Considérant ce qui suit :
1. M. B, ressortissant algérien né le 20 janvier 1967, demande l’annulation des arrêtés du 18 juin 2023 par lesquels le préfet de police l’a obligé à quitter le territoire français, a refusé de lui accorder un délai de départ volontaire, a fixé le pays de destination et lui a interdit de retourner sur le territoire français pendant un délai de vingt-quatre mois.
Sur les conclusions à fin d’annulation :
2. Aux termes du 1 de l’article 3 de la convention internationale relative aux droits de l’enfant : « Dans toutes les décisions qui concernent les enfants, qu’elles soient le fait des institutions publiques ou privées de protection sociale, des tribunaux, des autorités administratives ou des organes législatifs, l’intérêt supérieur de l’enfant doit être une considération primordiale ». Il résulte de ces stipulations que, dans l’exercice de son pouvoir d’appréciation, l’autorité administrative doit accorder une attention primordiale à l’intérêt supérieur des enfants dans toutes les décisions les concernant.
3. M. B réside en France depuis 2019. Il est le père de deux enfants de nationalité algérienne, dont l’un est mineur, nés de son union avec une ressortissante algérienne dont il est divorcé.
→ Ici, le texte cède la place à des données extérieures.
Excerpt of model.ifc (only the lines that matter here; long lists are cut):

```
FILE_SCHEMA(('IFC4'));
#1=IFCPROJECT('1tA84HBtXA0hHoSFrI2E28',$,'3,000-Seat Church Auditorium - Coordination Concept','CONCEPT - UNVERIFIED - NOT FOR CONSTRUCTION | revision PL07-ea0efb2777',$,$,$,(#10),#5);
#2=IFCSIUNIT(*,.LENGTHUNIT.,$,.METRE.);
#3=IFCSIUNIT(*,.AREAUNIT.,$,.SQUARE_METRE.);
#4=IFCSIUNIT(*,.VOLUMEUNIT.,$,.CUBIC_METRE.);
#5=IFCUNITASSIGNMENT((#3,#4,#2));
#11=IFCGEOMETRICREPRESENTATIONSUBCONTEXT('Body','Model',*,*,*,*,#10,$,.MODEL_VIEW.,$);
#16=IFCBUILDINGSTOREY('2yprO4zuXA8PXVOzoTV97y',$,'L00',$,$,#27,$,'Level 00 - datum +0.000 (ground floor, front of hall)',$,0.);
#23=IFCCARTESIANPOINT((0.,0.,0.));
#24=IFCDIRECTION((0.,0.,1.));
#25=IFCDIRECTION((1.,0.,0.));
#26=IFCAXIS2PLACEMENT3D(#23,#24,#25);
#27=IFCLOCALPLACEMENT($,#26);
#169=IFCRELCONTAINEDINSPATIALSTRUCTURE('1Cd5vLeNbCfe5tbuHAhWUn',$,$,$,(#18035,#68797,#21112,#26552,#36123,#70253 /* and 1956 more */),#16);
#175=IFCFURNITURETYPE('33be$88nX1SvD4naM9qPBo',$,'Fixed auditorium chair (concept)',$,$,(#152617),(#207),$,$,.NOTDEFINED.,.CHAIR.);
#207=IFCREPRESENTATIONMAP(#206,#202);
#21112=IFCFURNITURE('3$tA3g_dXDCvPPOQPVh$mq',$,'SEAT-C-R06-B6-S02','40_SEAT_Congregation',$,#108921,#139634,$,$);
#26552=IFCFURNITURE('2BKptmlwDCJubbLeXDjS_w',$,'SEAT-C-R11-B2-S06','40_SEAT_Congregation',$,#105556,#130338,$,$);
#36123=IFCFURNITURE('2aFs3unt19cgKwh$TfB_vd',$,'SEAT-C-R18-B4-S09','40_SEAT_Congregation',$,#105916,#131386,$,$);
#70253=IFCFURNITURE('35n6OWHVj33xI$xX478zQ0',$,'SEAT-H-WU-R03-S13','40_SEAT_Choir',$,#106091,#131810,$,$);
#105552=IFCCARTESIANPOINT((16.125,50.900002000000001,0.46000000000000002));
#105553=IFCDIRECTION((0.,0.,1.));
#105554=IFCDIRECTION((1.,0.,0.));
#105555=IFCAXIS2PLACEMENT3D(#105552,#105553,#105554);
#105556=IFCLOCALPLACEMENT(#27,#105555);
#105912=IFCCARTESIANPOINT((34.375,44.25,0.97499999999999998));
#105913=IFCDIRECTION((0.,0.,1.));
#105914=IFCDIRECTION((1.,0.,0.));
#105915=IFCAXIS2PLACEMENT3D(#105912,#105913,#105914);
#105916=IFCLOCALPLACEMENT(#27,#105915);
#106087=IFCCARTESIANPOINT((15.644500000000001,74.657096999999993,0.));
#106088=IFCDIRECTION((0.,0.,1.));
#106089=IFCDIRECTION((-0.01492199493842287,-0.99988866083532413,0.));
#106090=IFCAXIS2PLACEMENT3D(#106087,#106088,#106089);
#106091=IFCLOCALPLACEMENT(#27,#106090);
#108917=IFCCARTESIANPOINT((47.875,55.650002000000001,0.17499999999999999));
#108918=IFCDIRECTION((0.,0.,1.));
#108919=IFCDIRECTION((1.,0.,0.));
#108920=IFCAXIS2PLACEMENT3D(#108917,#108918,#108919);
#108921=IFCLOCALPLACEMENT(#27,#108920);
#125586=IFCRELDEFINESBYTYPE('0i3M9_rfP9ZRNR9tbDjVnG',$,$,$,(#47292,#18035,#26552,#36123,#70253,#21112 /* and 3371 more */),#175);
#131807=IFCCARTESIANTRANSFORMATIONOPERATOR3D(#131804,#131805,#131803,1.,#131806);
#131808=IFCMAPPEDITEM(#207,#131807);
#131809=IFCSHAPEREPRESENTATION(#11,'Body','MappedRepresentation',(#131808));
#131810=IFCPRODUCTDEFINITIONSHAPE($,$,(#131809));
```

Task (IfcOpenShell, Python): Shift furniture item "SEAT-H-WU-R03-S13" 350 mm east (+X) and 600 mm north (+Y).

```python
import ifcopenshell
import ifcopenshell.api.geometry
import ifcopenshell.util.placement

model = ifcopenshell.open("model.ifc")

item = model.by_guid("35n6OWHVj33xI$xX478zQ0")
matrix = ifcopenshell.util.placement.get_local_placement(item.ObjectPlacement)
matrix[0, 3] += 0.35
matrix[1, 3] += 0.6
ifcopenshell.api.geometry.edit_object_placement(model, product=item, matrix=matrix, is_si=False)

print(ifcopenshell.util.placement.get_local_placement(item.ObjectPlacement).round(3) + 0.0)

model.write("model_v2.ifc")
```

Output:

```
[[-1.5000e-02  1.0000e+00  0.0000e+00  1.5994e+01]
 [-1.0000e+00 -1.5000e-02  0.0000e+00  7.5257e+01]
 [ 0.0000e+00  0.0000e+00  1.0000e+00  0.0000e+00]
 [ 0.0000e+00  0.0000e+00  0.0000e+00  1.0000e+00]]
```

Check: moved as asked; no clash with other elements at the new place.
Il n’est pas contesté que cette dernière se trouve en situation régulière sur le territoire français. Il ressort des pièces du dossier, et notamment de la copie de transferts d’argent vers le compte de la mère, que M. B participe, même irrégulièrement, à l’entretien de ses enfants. Il ressort par ailleurs des débats menés à l’audience que M. B reçoit régulièrement ses enfants chez lui. Dans ces conditions, la décision obligeant M. B à quitter le territoire français porte atteinte à l’intérieur supérieur des enfants du requérant. Par suite, elle méconnaît les stipulations de l’article 3-1 de la convention internationale relative aux droits de l’enfant.
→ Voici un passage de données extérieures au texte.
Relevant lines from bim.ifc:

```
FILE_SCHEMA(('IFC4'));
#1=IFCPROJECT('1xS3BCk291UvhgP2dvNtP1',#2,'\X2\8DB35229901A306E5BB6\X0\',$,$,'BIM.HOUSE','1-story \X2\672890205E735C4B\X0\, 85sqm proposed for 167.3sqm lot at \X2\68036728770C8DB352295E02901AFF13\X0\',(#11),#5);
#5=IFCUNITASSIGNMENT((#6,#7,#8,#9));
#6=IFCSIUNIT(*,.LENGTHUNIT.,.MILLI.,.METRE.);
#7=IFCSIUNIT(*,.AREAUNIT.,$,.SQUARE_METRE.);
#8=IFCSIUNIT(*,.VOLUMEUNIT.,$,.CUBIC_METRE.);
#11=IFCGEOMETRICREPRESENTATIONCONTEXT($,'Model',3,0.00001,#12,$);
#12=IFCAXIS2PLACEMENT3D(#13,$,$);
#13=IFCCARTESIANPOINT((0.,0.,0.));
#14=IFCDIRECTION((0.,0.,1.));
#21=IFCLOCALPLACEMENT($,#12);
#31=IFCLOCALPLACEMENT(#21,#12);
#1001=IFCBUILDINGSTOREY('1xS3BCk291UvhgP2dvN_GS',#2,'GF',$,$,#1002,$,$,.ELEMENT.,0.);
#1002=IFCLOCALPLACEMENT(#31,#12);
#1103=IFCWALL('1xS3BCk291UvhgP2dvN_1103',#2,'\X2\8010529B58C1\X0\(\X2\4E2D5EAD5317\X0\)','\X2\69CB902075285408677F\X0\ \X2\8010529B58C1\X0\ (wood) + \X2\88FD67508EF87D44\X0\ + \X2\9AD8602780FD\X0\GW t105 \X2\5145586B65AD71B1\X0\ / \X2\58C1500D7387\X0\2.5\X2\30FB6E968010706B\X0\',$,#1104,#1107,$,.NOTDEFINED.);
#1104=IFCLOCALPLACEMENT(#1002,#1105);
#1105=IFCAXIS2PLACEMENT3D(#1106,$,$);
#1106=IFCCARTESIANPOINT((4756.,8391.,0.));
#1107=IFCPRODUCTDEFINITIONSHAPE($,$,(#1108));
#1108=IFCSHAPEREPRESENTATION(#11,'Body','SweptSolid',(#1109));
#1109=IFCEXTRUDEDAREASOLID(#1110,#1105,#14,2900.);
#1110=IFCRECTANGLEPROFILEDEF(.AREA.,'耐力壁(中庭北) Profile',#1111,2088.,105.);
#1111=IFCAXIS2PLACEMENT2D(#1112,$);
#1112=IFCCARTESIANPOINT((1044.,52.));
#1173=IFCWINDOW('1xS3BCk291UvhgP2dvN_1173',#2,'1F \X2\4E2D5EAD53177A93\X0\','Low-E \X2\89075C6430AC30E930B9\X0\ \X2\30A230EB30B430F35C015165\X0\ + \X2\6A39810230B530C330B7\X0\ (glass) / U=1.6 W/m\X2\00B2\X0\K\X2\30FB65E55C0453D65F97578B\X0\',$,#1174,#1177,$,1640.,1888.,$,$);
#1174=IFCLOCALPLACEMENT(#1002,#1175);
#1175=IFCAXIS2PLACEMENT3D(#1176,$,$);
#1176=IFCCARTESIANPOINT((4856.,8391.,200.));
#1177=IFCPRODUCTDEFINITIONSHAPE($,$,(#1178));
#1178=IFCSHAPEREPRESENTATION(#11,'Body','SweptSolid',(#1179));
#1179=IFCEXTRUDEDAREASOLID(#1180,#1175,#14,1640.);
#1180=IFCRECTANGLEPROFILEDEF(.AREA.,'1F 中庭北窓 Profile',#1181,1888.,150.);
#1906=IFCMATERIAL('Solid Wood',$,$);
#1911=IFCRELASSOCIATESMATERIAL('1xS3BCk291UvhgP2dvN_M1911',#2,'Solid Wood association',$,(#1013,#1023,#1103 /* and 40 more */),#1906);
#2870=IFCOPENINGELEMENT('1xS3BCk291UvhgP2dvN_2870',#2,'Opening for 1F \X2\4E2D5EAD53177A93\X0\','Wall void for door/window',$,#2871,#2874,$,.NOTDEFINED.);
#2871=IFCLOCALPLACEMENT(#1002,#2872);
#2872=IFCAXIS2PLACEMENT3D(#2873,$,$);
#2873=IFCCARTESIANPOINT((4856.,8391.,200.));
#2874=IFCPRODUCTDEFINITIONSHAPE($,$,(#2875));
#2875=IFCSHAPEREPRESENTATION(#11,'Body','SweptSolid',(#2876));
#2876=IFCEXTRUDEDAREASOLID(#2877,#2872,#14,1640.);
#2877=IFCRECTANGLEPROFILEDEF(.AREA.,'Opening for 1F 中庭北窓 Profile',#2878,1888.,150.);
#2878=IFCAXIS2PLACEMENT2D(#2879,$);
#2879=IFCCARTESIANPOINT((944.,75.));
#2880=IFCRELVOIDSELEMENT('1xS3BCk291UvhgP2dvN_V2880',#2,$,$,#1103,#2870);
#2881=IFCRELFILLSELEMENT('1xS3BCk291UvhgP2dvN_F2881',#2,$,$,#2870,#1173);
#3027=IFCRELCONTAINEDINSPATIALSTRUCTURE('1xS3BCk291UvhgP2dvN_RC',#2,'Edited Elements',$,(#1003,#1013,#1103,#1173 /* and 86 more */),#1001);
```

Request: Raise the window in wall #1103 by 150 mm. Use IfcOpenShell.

```python
import numpy as np
import ifcopenshell
import ifcopenshell.api.geometry
import ifcopenshell.util.placement
import ifcopenshell.util.unit

model = ifcopenshell.open("bim.ifc")
unit_scale = ifcopenshell.util.unit.calculate_unit_scale(model)

window = model.by_guid("1xS3BCk291UvhgP2dvN_1173")
opening = window.FillsVoids[0].RelatingOpeningElement
dz = 0.15 / unit_scale

shift = np.array([0.0, 0.0, dz])
# The window is not placed relative to its opening, so move both.
for product in (opening, window):
    matrix = ifcopenshell.util.placement.get_local_placement(product.ObjectPlacement)
    matrix[:3, 3] += shift
    ifcopenshell.api.geometry.edit_object_placement(model, product=product, matrix=matrix, is_si=False)

print(f"moved by {dz * unit_scale:+.3f} m")

model.write("bim_edited.ifc")
```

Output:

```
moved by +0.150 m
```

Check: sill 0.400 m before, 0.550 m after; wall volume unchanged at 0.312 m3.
4. Il résulte de ce qui précède, sans qu’il soit besoin d’examiner les autres moyens de la requête, que M. B est fondé à demander l’annulation des arrêtés du 18 juin 2023.
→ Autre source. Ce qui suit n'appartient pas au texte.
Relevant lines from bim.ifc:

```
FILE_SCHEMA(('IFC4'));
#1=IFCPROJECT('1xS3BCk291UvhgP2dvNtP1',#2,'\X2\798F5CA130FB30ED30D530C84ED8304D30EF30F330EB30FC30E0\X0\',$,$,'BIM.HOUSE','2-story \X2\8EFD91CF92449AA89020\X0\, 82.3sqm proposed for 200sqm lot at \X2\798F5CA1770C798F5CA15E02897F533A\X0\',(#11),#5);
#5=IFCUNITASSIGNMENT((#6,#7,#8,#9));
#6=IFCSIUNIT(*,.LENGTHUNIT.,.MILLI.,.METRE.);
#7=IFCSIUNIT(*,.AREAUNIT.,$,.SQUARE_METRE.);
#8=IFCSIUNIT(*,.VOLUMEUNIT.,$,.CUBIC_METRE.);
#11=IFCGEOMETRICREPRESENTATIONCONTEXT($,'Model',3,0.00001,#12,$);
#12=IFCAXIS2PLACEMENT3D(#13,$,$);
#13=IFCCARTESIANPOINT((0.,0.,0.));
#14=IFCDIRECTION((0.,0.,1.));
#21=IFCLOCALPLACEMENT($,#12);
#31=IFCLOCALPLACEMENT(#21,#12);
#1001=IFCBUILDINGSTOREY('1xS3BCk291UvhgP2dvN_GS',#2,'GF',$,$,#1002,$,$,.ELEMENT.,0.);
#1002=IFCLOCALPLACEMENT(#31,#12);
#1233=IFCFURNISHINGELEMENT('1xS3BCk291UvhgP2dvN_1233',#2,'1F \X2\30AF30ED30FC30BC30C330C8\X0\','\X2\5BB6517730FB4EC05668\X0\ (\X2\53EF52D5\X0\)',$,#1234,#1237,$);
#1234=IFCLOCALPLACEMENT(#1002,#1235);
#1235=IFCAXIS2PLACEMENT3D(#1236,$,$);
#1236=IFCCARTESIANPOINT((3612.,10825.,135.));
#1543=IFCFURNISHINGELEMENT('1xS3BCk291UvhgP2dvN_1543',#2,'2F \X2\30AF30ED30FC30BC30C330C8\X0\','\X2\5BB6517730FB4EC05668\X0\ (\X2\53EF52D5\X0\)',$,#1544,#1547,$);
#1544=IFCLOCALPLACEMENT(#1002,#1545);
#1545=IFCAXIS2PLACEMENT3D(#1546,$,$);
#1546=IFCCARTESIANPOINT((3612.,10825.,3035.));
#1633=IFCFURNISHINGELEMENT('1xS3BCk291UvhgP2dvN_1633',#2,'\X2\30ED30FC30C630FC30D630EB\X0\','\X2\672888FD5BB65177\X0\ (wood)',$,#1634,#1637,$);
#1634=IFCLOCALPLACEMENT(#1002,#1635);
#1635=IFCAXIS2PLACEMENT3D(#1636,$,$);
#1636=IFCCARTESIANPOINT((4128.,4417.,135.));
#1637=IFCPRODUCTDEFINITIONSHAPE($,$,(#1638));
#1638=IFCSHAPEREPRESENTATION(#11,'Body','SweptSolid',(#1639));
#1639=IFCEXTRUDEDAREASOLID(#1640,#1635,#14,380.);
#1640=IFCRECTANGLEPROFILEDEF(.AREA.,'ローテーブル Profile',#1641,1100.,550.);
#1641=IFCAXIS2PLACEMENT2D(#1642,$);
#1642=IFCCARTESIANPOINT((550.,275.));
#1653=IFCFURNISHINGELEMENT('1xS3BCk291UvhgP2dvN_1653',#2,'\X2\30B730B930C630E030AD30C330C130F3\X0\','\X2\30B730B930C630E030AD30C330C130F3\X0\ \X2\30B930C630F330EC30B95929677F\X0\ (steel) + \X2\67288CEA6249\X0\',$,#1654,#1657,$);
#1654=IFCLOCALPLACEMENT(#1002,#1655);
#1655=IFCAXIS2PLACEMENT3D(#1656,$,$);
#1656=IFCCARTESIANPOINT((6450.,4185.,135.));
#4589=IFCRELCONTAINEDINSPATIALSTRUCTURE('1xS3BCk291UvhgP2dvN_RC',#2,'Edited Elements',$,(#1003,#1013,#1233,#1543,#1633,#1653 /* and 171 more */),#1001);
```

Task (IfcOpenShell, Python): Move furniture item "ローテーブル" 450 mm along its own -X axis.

```python
import ifcopenshell
import ifcopenshell.api.geometry
import ifcopenshell.util.placement

model = ifcopenshell.open("bim.ifc")

item = model.by_guid("1xS3BCk291UvhgP2dvN_1633")
matrix = ifcopenshell.util.placement.get_local_placement(item.ObjectPlacement)
matrix[:3, 3] -= matrix[:3, 0] * 450.0
ifcopenshell.api.geometry.edit_object_placement(model, product=item, matrix=matrix, is_si=False)

print(ifcopenshell.util.placement.get_local_placement(item.ObjectPlacement).round(3) + 0.0)

model.write("bim_v2.ifc")
```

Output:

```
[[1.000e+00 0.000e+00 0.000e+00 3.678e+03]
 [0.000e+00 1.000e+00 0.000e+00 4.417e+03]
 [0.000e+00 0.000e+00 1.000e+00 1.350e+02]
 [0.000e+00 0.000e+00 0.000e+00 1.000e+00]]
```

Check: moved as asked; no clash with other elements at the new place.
Sur les frais liés au litige :
5. Dans les circonstances de l’espèce, il y a lieu de mettre à la charge de l’Etat la somme de 1 000 euros au titre de l’article L. 761-1 du code de justice administrative.
D E C I D E :
Article 1er : Les arrêtés du préfet de police du 18 juin 2023 sont annulés.
Article 2 : L’Etat versera à M. B la somme de 1 000 euros au titre de l’article L. 761-1 du code de justice administrative.
Article 3 : Le présent jugement sera notifié à M. A B et au préfet de police.
Lu en audience publique le 13 juillet 2023.
La magistrate désignée,
J. MENEMENISLe greffier,
R. DRAI
La République mande et ordonne au préfet de police en ce qui le concerne et à tous commissaires de justice à ce requis en ce qui concerne les voies de droit commun contre les parties privées, de pourvoir à l’exécution de la présente décision.